Первую встречу с ним я устроил в своей комнате, незаметно поставив снаружи, на всякий случай, часового с приказом задержать человека, который мог бы выпрыгнуть из окна.
Положив около себя заряженный револьвер, я решил, что все меры предосторожности приняты, и потому, отпустив конвой, сопровождавший арестованного, остался с ним наедине, любезно поздоровался и предложил присесть. Заложив ногу на ногу, собеседник мой сразу принял непринужденную позу, а я, как новичок в этом деле, только удивлялся, что ни арест, ни все перипетии его доставки с завязанными в течение трех дней глазами не произвели на него никакого впечатления. Он, видимо, привык к подобным переделкам. Одет он был в легкий френч и брюки галифе защитного цвета, на ногах были обмотки, а на рукаве алела красная повязка с нашитыми на ней белыми иероглифами. Он объяснил мне, что подобная повязка, выдаваемая военным корреспондентам японской армии, дает им право доступа на передовые линии. Труднее всего было определить его национальность, так как на английском языке он говорил без американского акцента. Внешним своим видом, темно-смуглым лицом, несколько раскосыми глазами и черными, как смоль, волосами он напоминал если не японца, то обитателя южно-американских стран. Он, однако, твердо уверял меня, что может объясняться только по-английски и что является корреспондентом какой-то английской шанхайской газеты.
Из сбивчивых и подчас противоречивых объяснений мне стало все же ясно, что звание корреспондента является только прикрытием настоящего его ремесла шпионажа. Вытянув от него не без труда сведения о японском десанте, я предложил отпустить его обратно в японские линии с тем, что он за хорошее денежное вознаграждение вернется к нам и доставит интересующие нас дополнительные сведения о неприятеле. Он согласился, но настойчиво просил дать ему хотя бы некоторые сведения о нашей армии, чтобы не прийти к японцам с пустыми руками.

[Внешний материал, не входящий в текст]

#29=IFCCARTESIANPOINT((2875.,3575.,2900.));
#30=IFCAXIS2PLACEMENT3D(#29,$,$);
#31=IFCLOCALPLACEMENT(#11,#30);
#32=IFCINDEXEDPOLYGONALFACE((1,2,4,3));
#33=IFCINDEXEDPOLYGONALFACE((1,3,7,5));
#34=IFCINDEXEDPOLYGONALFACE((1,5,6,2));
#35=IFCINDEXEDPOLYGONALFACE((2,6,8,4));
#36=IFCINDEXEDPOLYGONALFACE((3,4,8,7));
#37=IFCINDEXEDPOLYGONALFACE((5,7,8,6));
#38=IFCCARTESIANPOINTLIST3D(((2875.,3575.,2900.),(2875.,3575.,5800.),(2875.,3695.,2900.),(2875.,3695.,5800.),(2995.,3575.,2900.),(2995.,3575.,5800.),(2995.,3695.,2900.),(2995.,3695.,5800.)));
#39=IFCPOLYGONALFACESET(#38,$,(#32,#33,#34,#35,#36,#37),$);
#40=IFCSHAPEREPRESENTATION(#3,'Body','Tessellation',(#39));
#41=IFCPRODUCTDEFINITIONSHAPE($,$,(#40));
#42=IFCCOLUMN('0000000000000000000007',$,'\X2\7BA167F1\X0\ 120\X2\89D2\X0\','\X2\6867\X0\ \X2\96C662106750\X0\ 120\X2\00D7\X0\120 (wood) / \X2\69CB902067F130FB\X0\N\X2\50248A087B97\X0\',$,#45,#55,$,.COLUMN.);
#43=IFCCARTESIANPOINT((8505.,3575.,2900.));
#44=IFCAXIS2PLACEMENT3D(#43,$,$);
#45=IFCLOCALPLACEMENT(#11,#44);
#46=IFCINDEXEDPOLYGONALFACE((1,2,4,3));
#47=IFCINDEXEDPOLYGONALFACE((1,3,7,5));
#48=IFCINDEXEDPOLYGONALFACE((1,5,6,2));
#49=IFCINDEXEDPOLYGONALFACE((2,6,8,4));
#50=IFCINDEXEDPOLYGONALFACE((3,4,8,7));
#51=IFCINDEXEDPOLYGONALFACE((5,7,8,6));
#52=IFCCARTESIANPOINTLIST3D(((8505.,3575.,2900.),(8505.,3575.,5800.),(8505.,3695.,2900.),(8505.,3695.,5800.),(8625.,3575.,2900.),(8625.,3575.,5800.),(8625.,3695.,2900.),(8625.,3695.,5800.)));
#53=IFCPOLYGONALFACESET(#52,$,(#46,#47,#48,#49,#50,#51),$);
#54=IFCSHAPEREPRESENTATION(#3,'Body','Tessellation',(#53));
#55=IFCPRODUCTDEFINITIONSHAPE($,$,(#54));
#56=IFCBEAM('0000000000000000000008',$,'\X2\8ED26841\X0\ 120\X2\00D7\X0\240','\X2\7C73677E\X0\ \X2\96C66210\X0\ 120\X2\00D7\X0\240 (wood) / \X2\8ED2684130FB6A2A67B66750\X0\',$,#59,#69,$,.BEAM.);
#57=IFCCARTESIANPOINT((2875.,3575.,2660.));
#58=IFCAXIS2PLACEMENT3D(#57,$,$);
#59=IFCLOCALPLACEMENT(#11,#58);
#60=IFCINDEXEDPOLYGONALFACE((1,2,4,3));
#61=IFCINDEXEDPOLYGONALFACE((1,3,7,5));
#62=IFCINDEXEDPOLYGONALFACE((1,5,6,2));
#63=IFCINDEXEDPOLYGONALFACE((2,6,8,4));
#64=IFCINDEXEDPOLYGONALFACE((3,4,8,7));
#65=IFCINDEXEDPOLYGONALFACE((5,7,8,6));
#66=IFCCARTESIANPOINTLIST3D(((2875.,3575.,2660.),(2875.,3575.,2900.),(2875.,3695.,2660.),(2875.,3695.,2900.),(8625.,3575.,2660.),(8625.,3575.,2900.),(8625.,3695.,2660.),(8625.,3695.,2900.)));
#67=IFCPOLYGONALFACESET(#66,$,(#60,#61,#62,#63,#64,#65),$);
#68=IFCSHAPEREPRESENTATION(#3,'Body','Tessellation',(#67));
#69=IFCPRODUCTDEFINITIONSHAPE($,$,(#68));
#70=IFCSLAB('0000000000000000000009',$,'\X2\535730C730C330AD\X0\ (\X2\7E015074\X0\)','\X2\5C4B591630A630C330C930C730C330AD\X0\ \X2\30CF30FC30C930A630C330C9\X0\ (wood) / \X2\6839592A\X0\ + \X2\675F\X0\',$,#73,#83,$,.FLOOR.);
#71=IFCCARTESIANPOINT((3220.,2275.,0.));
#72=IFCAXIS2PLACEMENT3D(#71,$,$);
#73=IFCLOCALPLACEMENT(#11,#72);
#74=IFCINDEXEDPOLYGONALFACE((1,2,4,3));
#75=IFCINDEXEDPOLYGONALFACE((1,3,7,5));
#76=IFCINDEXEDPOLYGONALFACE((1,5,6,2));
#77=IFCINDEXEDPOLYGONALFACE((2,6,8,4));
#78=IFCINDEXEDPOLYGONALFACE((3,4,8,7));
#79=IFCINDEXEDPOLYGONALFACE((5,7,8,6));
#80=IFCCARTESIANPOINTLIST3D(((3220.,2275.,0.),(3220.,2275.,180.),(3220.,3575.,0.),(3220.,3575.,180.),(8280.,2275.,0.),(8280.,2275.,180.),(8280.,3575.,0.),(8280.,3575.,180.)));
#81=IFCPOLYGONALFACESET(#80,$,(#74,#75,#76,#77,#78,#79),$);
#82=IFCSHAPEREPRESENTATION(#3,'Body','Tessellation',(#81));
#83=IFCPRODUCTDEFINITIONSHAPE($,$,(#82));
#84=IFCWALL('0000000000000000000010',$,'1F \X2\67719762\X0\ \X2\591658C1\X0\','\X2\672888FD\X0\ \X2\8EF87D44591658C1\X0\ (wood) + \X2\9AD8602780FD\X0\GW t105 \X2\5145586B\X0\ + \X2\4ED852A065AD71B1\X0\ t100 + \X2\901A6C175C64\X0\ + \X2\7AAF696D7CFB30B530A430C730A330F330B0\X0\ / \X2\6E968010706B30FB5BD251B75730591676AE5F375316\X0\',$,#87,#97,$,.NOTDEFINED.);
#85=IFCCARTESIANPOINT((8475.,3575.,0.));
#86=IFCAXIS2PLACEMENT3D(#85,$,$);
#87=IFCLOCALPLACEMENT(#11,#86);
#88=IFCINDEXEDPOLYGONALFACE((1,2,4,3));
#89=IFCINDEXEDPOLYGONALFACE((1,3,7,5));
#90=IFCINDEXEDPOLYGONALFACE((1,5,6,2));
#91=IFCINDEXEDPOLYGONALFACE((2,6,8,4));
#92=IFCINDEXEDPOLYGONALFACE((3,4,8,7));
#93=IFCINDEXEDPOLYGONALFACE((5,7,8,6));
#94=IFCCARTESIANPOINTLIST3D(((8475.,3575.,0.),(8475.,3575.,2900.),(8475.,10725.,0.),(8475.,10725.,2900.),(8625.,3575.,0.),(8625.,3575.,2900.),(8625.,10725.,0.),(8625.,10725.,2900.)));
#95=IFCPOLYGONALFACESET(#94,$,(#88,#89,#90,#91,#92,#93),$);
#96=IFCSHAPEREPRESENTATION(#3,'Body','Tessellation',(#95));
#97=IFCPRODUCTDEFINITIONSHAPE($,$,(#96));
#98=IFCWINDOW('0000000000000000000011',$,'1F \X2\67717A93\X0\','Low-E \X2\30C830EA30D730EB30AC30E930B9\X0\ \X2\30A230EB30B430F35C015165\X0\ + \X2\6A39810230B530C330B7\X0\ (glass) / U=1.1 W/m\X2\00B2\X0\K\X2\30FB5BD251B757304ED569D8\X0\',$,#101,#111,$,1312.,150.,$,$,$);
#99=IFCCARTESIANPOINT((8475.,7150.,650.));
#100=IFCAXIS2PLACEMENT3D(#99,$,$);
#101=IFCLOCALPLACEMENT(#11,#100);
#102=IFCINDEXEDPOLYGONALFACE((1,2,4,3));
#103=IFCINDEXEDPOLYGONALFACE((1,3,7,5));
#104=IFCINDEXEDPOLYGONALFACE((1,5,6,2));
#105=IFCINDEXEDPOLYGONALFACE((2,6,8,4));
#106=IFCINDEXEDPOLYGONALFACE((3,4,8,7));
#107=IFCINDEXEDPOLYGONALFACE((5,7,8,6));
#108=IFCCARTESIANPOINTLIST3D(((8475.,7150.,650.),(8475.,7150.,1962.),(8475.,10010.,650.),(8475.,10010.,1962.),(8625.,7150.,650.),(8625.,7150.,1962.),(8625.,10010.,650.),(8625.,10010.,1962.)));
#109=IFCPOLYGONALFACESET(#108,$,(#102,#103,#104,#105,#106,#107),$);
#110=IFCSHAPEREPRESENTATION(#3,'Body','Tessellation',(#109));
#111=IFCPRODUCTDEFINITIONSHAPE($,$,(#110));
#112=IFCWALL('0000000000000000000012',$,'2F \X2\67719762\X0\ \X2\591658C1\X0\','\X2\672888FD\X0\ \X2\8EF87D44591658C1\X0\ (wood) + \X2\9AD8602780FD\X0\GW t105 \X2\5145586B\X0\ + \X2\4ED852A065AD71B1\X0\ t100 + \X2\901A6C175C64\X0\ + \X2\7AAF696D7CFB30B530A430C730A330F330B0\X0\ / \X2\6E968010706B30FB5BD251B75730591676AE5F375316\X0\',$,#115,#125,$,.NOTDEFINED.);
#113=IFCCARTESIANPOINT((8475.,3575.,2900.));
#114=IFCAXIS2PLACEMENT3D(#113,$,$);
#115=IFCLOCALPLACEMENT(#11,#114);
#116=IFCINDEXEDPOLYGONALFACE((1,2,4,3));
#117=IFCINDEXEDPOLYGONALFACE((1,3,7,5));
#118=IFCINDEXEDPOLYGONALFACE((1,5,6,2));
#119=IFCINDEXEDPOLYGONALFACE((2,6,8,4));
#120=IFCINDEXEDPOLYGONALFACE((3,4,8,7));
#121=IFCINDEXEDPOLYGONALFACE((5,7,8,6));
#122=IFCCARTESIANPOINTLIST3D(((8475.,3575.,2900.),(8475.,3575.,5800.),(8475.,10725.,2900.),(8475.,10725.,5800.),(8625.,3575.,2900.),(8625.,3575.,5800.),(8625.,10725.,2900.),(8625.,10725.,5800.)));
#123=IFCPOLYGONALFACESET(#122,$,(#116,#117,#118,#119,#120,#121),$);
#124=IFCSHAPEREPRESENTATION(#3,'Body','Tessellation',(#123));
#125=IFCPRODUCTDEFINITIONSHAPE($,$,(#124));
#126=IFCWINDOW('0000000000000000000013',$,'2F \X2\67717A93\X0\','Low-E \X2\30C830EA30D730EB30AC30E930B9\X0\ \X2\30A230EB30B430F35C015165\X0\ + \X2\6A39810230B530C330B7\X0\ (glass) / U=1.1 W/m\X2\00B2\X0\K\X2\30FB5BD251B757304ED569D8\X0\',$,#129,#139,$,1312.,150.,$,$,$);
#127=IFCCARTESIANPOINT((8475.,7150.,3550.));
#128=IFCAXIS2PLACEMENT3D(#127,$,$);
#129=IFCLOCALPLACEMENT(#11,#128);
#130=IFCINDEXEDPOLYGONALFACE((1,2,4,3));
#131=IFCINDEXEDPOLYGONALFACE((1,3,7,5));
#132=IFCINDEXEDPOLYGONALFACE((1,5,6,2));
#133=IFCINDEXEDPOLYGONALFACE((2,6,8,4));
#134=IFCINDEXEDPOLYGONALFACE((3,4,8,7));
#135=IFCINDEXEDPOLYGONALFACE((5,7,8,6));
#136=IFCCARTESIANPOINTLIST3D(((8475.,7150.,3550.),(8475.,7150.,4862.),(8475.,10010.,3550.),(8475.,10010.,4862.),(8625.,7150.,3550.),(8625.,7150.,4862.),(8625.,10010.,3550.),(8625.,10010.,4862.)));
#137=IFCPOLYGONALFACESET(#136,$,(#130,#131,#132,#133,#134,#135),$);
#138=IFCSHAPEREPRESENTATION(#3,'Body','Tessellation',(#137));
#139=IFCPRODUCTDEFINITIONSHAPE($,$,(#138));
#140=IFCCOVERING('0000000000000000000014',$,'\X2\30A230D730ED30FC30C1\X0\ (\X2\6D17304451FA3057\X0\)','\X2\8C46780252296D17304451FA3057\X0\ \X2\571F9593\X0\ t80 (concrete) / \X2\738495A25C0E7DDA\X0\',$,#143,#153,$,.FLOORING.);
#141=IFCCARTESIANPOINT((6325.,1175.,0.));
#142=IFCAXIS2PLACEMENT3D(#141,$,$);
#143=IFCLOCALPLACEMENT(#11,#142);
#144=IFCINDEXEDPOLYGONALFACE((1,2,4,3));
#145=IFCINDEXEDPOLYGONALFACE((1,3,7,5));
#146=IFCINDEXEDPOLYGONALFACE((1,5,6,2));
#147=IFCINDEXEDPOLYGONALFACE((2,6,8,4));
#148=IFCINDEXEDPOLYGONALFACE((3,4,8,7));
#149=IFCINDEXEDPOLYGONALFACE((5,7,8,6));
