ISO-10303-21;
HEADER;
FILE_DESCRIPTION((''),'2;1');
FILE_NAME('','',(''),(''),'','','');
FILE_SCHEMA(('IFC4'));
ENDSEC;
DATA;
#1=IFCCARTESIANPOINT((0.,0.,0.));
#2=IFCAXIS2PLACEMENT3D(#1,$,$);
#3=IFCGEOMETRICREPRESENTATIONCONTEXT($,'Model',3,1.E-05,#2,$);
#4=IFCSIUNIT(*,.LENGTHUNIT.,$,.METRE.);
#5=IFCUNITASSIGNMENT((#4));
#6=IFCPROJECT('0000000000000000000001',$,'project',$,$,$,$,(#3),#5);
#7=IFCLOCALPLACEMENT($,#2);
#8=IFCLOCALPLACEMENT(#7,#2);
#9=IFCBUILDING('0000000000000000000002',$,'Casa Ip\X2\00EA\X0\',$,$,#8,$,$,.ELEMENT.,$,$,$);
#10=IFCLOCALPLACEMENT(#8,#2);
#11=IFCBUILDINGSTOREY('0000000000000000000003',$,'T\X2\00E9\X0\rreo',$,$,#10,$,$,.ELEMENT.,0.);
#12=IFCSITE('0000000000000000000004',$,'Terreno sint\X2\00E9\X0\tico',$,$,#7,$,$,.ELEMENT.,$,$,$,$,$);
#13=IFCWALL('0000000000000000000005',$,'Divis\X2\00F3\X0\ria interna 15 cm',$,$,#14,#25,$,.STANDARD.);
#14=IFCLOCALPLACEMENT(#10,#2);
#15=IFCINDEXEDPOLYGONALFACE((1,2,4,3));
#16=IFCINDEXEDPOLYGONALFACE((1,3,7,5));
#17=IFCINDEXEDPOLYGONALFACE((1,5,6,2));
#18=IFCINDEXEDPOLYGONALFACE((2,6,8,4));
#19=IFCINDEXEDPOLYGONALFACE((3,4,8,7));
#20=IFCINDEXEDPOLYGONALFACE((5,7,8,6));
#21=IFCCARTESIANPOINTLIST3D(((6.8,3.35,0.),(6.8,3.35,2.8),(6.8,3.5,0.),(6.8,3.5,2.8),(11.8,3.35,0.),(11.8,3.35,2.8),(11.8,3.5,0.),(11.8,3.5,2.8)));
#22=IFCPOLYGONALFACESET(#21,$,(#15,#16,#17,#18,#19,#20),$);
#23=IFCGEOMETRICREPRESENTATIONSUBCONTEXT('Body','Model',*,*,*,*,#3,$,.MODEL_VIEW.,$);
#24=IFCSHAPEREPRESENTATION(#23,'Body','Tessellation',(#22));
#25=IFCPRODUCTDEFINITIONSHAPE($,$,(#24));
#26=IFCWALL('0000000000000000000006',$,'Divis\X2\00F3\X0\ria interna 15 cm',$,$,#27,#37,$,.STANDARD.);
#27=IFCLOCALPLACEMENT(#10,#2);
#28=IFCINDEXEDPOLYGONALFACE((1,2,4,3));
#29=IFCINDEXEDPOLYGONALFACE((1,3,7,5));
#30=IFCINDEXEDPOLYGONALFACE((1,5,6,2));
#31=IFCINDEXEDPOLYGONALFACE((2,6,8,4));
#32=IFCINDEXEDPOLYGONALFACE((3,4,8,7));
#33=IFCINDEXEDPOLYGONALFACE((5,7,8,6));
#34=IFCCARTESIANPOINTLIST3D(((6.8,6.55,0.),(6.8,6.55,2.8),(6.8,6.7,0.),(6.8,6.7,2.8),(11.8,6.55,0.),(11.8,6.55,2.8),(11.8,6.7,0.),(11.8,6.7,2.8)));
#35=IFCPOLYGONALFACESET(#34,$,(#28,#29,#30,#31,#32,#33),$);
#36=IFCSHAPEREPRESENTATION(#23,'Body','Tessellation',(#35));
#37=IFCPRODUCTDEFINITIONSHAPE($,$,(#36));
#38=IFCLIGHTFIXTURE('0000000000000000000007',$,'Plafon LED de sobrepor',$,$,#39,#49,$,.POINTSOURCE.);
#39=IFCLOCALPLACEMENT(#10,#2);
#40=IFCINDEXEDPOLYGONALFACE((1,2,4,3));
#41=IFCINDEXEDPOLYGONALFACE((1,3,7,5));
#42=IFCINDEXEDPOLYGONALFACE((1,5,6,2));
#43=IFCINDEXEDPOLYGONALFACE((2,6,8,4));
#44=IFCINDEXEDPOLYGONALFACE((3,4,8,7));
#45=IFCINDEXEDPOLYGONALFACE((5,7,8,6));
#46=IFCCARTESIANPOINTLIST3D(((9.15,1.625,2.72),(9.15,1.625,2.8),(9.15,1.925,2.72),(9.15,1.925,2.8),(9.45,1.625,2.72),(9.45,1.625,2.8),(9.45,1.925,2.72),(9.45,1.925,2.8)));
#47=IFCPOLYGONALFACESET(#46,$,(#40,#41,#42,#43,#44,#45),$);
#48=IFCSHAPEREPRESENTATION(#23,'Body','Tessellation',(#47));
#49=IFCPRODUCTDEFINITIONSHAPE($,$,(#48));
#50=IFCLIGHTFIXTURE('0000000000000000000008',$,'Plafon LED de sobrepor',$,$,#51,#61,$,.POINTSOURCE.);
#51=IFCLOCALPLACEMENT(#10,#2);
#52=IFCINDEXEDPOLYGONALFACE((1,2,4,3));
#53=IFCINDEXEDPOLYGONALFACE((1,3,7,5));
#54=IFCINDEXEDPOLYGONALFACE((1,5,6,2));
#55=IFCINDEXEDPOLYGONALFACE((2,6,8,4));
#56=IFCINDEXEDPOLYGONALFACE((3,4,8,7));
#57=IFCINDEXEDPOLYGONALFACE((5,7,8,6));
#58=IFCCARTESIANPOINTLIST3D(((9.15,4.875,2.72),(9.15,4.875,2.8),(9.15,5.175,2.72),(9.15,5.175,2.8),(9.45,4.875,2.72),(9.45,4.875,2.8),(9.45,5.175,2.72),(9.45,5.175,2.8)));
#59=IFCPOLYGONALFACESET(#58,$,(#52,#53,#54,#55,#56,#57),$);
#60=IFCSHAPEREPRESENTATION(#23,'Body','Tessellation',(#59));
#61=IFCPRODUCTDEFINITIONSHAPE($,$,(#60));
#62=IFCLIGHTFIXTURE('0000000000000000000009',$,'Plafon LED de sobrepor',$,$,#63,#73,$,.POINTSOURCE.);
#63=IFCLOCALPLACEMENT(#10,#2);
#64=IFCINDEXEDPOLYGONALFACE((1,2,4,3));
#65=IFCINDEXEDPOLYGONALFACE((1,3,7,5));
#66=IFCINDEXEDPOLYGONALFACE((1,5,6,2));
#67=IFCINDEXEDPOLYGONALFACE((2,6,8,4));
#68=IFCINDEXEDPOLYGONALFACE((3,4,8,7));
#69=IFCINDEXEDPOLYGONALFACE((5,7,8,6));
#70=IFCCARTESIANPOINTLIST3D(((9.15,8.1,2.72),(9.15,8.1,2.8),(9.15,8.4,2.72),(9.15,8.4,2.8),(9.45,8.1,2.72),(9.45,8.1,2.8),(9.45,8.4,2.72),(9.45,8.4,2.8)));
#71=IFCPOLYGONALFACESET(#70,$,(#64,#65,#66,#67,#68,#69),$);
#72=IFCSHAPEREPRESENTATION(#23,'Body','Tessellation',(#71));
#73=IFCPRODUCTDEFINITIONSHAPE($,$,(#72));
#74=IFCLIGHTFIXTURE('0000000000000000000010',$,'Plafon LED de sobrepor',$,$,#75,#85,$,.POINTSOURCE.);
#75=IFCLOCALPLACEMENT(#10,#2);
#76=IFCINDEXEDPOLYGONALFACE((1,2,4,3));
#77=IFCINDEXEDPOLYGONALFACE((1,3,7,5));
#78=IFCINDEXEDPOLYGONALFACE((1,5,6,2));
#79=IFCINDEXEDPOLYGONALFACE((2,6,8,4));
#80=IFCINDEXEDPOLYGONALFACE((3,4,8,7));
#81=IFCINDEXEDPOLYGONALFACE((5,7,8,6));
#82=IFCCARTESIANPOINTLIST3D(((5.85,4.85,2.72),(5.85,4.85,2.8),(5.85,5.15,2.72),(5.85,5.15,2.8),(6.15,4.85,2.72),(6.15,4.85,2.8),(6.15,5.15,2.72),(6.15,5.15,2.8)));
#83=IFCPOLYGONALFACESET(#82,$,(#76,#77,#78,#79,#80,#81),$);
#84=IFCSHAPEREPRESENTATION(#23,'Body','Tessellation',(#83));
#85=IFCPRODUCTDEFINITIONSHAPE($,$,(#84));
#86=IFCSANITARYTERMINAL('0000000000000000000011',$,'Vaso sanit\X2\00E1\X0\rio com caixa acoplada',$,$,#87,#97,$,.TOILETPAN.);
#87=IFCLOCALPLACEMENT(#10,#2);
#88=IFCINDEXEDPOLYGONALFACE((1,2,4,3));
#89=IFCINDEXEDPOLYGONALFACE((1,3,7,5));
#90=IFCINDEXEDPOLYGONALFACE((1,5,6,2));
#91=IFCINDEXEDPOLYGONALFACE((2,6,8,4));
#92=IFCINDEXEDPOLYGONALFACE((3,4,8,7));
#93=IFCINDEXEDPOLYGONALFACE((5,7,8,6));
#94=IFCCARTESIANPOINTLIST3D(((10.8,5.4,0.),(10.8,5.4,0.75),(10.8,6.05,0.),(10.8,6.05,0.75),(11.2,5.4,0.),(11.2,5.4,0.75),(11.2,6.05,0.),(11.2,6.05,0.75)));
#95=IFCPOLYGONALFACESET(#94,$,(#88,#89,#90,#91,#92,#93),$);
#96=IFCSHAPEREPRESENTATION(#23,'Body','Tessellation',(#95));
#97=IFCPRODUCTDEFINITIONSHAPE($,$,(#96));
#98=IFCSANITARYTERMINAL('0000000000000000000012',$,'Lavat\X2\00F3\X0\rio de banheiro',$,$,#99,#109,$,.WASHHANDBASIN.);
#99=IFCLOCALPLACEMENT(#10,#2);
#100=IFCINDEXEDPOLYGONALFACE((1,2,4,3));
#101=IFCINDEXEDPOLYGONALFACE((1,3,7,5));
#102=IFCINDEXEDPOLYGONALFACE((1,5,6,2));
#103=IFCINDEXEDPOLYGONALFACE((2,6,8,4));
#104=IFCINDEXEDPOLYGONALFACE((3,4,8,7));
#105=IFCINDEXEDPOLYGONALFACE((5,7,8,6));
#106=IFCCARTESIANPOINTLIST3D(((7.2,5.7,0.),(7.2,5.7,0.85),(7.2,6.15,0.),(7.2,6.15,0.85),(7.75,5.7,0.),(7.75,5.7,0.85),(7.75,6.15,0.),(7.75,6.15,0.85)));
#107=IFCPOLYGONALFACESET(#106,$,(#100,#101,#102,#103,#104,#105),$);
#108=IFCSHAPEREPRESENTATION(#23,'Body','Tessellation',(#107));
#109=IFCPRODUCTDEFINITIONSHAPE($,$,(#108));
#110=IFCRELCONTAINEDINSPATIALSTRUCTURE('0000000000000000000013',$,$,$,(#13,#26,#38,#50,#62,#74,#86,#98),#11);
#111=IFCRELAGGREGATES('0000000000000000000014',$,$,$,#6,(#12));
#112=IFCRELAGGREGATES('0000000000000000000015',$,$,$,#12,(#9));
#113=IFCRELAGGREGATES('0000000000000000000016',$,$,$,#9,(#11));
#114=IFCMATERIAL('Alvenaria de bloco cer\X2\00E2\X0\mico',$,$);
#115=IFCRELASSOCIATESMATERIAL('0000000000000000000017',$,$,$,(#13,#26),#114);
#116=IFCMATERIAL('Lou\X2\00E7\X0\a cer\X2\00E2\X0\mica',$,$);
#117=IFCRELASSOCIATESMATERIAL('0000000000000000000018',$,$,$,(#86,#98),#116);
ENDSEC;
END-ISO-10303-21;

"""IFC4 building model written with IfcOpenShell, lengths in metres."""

from ifc_helpers import new_model, si_unit, frame, frame_2d, origin, place, context, subcontext, project, spatial, rectangle, extrude, material, element, save


model = new_model("IFC4")

# Units and contexts
model_context = context("Model", 3, precision=1e-05, world=origin())
body_context = subcontext(model_context, "Body", "Model", "MODEL_VIEW")
ifc_project = project(units=[si_unit("LENGTHUNIT", "METRE")], contexts=[model_context])

# Site, building, storey
site_placement = place(None, origin())
site = spatial("IfcSite", under=ifc_project, at=site_placement, Name="Terreno sintético", CompositionType="ELEMENT")
building_placement = place(site_placement, origin())
building = spatial("IfcBuilding", under=site, at=building_placement, Name="Casa Ipê", CompositionType="ELEMENT")
storey_placement = place(building_placement, origin())
storey = spatial("IfcBuildingStorey", under=building, at=storey_placement, Name="Térreo", CompositionType="ELEMENT", Elevation=0.0)

# Shared definitions
ifc_material_1 = material(Name="Alvenaria de bloco cerâmico")

# Walls
for number, where, name in (
    (1, (6.8, 3.35, 0.0), "Divisória interna 15 cm"),
    (2, (6.8, 6.55, 0.0), "Divisória interna 15 cm"),
):
    element("IfcWall", number, at=place(storey_placement, frame(where)), inside=storey, material=ifc_material_1, Name=name, PredefinedType="STANDARD", context=body_context, shape_type="SweptSolid", body=[
        extrude(rectangle(XDim=5.0, YDim=0.15, at=frame_2d((2.5, 0.075))), origin(), (0.0, 0.0, 1.0), 2.8),
    ])

# Light fixtures
for number, where, name in (
    (3, (9.15, 1.625, 2.72), "Plafon LED de sobrepor"),
    (4, (9.15, 4.875, 2.72), "Plafon LED de sobrepor"),
    (5, (9.15, 8.1, 2.72), "Plafon LED de sobrepor"),
    (6, (5.85, 4.85, 2.72), "Plafon LED de sobrepor"),
):
    element("IfcLightFixture", number, at=place(storey_placement, frame(where)), inside=storey, Name=name, PredefinedType="POINTSOURCE", context=body_context, shape_type="SweptSolid", body=[
        extrude(rectangle(XDim=0.3, YDim=0.3, at=frame_2d((0.15, 0.15))), origin(), (0.0, 0.0, 1.0), 0.08),
    ])

# Sanitary terminals
ifc_material_2 = material(Name="Louça cerâmica")
sanitary_terminal_1_placement = place(storey_placement, frame((10.8, 5.4, 0.0)))
element("IfcSanitaryTerminal", 7, at=sanitary_terminal_1_placement, inside=storey, material=ifc_material_2, Name="Vaso sanitário com caixa acoplada", PredefinedType="TOILETPAN", context=body_context, shape_type="SweptSolid", body=[
    extrude(rectangle(XDim=0.4, YDim=0.65, at=frame_2d((0.2, 0.325))), origin(), (0.0, 0.0, 1.0), 0.75),
])
sanitary_terminal_2_placement = place(storey_placement, frame((7.2, 5.7, 0.0)))
element("IfcSanitaryTerminal", 8, at=sanitary_terminal_2_placement, inside=storey, material=ifc_material_2, Name="Lavatório de banheiro", PredefinedType="WASHHANDBASIN", context=body_context, shape_type="SweptSolid", body=[
    extrude(rectangle(XDim=0.55, YDim=0.45, at=frame_2d((0.275, 0.225))), origin(), (0.0, 0.0, 1.0), 0.85),
])

save(model, "model.ifc")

Однако в этом вопросе я встретил самое сильное сопротивление со стороны Харкевича. Помню, что единственными более или менее точными сведениями, которые я предлагал дать шпиону, являлась нумерация тех двух полков 30-й пехотной дивизии, которые еще до войны были присланы в Маньчжурию из России. Долго спорил я со своим бывшим профессором, доказывая, насколько было безобидно посоветовать агенту рассказать о встреченных им солдатах с синими и красными околышами и тем прикрыть нарочито неверные сведения, которые мы бы хотели передать в японский генеральный штаб. Поставив в конце концов на своем, я потратил еще много времени, чтобы убедить штаб сделать перевод в английских фунтах из Синментина, находившегося вне района военных действий, на Шанхайский банк. При последнем свидании незнакомец просил называть его Гидисом и открыть ему также мою собственную точную фамилию, так как в порученном ему деликатном деле он хотел иметь сношения только с одним определенным лицом.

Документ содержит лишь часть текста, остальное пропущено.